Data supplied: Begin

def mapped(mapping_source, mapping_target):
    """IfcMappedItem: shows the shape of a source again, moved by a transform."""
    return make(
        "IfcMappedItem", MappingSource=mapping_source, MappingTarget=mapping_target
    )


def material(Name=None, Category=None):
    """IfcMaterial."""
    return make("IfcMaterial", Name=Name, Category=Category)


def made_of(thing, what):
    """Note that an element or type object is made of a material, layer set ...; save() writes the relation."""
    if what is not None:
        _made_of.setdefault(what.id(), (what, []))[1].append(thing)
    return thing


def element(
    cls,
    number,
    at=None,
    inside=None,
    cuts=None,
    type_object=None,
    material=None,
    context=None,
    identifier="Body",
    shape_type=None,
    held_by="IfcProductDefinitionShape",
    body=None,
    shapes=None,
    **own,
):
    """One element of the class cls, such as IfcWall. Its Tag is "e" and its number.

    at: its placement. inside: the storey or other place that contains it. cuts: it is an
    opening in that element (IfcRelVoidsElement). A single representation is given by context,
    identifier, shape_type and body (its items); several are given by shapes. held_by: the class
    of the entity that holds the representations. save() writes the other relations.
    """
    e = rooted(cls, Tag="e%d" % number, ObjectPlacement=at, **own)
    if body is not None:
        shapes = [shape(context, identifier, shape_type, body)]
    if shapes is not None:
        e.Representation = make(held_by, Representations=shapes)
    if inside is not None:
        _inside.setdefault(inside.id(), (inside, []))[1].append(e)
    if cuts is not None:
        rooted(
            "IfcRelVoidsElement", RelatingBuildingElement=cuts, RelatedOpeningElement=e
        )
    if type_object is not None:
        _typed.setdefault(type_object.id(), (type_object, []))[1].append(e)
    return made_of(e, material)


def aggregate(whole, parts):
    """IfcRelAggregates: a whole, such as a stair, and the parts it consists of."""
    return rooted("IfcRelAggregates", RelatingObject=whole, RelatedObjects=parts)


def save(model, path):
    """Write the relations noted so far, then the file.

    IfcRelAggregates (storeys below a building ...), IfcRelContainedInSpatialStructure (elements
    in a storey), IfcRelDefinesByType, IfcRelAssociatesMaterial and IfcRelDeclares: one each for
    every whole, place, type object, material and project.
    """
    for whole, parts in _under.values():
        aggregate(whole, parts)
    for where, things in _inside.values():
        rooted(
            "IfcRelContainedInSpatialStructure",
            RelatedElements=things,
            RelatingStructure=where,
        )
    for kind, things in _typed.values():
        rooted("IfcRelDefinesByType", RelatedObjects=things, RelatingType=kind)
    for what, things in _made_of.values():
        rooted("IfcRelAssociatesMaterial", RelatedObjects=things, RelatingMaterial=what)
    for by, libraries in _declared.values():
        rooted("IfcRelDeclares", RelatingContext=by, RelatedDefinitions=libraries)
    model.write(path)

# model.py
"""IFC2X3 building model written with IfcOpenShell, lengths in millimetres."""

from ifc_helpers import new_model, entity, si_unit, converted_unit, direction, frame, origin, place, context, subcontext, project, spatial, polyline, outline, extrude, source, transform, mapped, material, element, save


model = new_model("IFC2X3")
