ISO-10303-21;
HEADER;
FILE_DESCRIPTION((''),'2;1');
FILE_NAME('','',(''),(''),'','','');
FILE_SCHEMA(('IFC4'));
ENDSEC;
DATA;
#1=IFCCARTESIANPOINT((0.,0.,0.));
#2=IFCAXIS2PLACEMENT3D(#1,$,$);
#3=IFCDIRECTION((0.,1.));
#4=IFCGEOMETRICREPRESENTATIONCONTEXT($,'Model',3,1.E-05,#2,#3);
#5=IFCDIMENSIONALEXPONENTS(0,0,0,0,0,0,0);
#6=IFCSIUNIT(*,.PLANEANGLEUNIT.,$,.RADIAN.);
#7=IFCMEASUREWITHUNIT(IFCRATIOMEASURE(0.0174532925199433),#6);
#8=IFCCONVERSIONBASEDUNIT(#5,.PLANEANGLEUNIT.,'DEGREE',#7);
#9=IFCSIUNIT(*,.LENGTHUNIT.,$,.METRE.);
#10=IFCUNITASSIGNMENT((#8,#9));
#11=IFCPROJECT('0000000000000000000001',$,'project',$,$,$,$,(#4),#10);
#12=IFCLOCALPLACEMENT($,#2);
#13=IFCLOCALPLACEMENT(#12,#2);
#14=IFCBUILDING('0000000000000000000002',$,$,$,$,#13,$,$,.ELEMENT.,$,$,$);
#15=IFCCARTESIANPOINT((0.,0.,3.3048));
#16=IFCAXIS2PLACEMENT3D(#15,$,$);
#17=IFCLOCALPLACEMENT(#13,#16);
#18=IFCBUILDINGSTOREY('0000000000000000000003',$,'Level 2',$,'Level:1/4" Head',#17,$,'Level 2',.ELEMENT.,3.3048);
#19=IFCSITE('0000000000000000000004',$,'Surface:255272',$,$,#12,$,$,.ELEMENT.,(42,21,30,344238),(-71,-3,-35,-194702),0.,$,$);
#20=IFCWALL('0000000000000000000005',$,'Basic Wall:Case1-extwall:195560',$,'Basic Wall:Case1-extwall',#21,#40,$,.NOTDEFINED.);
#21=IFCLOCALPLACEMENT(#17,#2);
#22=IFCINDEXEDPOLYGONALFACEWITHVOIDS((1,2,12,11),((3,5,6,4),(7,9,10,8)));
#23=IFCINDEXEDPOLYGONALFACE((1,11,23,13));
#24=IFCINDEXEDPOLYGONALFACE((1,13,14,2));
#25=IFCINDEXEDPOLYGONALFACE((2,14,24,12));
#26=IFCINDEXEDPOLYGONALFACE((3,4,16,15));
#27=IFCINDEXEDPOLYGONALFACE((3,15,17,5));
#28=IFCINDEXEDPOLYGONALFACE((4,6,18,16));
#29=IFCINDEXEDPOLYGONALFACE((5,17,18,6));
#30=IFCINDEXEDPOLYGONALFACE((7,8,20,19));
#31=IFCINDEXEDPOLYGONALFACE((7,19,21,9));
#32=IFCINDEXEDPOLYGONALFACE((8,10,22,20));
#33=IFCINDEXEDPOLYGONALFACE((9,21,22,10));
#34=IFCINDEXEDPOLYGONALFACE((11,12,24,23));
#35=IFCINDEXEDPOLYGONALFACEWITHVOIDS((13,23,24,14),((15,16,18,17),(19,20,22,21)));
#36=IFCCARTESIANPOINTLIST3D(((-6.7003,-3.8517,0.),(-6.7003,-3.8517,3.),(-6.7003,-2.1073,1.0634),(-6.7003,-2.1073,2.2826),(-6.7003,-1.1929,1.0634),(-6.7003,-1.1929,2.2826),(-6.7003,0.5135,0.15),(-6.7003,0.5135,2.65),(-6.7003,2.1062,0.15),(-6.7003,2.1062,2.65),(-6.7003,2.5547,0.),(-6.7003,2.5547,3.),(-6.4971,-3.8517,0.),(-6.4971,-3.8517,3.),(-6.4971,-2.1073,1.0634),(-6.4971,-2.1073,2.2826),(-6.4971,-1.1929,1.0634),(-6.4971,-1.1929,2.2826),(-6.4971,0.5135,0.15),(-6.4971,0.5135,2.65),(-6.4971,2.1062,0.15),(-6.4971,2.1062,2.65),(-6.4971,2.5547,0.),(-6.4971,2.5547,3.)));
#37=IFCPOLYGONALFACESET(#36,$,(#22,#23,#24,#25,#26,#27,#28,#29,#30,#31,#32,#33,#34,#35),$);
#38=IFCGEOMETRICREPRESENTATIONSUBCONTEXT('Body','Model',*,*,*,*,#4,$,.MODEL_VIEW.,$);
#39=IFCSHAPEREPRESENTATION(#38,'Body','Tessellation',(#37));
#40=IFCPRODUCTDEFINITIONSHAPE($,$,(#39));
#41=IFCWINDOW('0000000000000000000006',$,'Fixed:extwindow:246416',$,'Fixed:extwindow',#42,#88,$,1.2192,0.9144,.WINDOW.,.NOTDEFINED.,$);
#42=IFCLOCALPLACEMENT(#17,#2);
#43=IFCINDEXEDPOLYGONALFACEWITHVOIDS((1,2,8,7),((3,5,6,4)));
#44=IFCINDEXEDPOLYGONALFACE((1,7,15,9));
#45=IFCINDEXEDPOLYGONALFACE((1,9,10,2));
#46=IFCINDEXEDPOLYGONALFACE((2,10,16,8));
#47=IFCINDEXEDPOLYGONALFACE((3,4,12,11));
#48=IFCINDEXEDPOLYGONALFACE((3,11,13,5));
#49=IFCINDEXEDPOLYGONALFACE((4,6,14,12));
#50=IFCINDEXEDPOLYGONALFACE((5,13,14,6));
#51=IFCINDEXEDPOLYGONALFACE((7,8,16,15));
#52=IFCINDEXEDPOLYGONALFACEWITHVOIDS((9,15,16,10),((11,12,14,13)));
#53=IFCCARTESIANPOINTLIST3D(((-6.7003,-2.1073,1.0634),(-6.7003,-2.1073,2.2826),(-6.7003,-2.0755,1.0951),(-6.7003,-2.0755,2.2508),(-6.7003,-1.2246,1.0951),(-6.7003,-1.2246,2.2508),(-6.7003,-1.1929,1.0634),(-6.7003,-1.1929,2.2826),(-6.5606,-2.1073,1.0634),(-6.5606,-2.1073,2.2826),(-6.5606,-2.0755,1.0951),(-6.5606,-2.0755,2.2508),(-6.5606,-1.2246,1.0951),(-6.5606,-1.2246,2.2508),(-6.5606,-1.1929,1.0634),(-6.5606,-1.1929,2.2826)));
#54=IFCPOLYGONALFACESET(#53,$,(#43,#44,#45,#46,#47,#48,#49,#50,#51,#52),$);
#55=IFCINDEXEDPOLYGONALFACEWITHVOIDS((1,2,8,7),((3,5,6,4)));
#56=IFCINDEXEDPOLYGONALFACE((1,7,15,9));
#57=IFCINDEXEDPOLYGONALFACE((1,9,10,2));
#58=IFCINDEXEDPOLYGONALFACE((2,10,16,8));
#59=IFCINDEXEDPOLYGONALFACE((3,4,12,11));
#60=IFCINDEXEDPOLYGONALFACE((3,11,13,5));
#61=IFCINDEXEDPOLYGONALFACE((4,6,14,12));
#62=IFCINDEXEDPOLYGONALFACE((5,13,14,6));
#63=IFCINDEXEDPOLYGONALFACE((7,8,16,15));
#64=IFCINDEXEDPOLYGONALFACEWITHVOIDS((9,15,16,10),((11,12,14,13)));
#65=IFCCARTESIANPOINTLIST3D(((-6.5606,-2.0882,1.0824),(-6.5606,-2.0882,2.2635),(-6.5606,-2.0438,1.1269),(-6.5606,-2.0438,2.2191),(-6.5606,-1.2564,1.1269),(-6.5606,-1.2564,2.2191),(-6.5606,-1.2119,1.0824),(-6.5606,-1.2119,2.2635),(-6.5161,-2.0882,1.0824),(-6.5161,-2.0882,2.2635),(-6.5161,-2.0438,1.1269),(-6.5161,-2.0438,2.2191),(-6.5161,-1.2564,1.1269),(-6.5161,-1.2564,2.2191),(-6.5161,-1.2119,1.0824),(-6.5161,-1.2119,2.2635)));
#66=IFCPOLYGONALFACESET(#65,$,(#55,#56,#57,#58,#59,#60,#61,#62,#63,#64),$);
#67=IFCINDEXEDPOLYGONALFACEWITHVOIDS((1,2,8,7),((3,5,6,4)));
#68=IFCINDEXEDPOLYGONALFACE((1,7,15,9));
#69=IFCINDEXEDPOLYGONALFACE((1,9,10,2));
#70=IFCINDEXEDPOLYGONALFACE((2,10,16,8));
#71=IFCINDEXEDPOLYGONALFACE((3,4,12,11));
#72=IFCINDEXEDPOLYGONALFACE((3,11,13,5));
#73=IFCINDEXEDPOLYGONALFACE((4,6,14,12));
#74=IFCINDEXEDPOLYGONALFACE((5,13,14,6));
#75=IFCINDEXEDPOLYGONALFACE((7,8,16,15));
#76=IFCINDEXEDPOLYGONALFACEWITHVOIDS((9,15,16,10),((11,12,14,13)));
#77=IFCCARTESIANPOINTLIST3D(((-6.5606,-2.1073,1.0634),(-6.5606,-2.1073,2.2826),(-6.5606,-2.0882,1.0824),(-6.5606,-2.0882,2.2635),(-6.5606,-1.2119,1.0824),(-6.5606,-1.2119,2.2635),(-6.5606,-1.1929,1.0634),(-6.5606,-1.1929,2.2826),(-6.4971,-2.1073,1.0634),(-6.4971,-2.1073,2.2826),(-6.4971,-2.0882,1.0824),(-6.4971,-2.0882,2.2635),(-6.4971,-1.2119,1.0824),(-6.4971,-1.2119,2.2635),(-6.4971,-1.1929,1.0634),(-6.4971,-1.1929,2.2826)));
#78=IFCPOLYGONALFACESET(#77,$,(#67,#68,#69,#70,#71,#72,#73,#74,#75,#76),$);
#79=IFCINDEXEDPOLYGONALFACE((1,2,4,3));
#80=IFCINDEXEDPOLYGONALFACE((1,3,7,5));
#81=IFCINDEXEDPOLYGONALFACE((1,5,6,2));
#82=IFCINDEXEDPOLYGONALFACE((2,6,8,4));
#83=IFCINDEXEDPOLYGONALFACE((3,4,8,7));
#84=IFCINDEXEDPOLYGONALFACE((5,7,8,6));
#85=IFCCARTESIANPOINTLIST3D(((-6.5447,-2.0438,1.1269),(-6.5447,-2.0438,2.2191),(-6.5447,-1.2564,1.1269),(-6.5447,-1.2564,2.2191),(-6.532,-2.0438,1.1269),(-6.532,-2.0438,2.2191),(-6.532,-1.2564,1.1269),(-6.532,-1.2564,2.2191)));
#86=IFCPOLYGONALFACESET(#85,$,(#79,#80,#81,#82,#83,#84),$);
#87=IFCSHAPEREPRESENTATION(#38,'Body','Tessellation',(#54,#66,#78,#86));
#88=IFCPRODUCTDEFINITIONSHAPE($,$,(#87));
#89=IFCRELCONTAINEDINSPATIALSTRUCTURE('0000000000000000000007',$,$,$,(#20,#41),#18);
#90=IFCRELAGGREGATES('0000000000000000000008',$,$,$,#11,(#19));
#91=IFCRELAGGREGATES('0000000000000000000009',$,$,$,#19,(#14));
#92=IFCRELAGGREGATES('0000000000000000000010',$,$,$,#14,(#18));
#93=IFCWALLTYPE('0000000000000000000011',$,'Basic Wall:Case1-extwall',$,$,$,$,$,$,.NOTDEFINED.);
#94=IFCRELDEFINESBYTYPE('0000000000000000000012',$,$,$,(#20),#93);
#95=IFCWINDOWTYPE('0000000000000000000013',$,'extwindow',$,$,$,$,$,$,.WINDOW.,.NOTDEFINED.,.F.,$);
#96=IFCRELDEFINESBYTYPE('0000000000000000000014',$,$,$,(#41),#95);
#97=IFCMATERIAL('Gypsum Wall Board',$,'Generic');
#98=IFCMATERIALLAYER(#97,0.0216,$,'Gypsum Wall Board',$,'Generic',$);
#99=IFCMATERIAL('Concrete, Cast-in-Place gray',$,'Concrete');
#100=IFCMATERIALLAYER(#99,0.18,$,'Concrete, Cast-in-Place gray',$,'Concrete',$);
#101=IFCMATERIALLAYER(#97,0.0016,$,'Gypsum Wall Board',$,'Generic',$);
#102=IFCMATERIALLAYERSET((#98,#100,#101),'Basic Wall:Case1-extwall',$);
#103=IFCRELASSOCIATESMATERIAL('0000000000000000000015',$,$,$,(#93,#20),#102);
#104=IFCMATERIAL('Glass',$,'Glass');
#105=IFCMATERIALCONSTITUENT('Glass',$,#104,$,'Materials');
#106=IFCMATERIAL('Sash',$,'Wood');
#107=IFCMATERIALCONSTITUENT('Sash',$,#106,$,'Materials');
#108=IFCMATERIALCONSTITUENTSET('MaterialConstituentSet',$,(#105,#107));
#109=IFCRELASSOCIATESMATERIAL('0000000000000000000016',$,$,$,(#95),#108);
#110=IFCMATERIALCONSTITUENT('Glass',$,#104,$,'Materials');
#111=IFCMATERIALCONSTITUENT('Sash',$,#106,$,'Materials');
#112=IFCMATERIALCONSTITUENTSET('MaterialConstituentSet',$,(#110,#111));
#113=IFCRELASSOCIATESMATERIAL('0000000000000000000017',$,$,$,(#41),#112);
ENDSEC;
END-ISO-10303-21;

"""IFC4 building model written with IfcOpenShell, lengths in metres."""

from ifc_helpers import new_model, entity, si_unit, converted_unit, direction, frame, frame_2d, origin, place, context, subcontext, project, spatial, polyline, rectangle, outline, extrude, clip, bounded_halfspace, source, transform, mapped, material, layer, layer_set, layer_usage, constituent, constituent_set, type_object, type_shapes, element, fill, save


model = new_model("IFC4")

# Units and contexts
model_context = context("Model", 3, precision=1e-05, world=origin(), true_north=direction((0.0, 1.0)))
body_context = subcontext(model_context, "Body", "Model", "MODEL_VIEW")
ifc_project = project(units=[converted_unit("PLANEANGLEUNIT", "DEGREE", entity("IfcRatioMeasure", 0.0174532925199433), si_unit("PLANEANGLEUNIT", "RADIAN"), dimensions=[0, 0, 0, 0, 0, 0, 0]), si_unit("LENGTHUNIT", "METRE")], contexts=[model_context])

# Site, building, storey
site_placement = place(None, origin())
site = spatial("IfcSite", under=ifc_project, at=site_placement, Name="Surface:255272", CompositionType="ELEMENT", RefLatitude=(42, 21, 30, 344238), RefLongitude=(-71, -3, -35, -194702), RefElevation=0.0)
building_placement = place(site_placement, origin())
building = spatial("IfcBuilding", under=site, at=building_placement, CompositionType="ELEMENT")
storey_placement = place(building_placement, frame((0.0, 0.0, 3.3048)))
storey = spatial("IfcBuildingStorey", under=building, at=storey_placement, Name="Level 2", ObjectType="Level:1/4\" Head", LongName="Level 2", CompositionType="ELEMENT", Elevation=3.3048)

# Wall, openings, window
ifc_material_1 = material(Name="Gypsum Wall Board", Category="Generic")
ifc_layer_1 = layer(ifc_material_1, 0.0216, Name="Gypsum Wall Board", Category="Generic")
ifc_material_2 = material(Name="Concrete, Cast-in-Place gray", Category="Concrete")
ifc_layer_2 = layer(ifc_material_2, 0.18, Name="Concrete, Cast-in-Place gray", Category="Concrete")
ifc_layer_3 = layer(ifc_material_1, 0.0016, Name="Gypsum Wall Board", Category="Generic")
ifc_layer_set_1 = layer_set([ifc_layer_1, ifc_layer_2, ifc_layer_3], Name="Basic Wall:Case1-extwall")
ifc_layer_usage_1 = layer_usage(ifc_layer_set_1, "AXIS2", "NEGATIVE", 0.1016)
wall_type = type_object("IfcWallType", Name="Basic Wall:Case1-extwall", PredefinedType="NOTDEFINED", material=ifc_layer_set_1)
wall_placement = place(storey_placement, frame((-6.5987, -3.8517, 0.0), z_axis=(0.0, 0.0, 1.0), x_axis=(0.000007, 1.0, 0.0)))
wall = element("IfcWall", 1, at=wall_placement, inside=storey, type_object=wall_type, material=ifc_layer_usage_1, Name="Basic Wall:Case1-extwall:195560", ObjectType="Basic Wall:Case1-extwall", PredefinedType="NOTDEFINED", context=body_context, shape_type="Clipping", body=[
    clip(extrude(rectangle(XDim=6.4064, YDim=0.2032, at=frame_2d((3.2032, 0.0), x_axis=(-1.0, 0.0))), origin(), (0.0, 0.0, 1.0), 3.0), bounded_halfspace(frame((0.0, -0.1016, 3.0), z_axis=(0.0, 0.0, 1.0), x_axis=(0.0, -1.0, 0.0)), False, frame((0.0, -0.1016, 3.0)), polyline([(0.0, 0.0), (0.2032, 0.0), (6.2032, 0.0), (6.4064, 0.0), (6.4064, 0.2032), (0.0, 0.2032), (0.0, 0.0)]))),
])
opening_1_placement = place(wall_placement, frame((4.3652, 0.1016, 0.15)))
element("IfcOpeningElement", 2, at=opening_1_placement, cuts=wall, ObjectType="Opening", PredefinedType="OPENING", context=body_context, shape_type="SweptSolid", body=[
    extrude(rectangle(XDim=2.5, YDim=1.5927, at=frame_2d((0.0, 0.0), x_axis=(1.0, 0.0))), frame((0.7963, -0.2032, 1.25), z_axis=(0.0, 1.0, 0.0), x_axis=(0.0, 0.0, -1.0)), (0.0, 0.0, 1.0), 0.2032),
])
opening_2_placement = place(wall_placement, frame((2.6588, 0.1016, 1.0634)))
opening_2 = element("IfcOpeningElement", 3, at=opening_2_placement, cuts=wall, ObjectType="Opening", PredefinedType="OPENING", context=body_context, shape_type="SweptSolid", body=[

Data supplied: End

Every line of the listing that holds "IFCSHAPEREPRESENTATION" should be found and copied.

#39=IFCSHAPEREPRESENTATION(#38,'Body','Tessellation',(#37));
#87=IFCSHAPEREPRESENTATION(#38,'Body','Tessellation',(#54,#66,#78,#86));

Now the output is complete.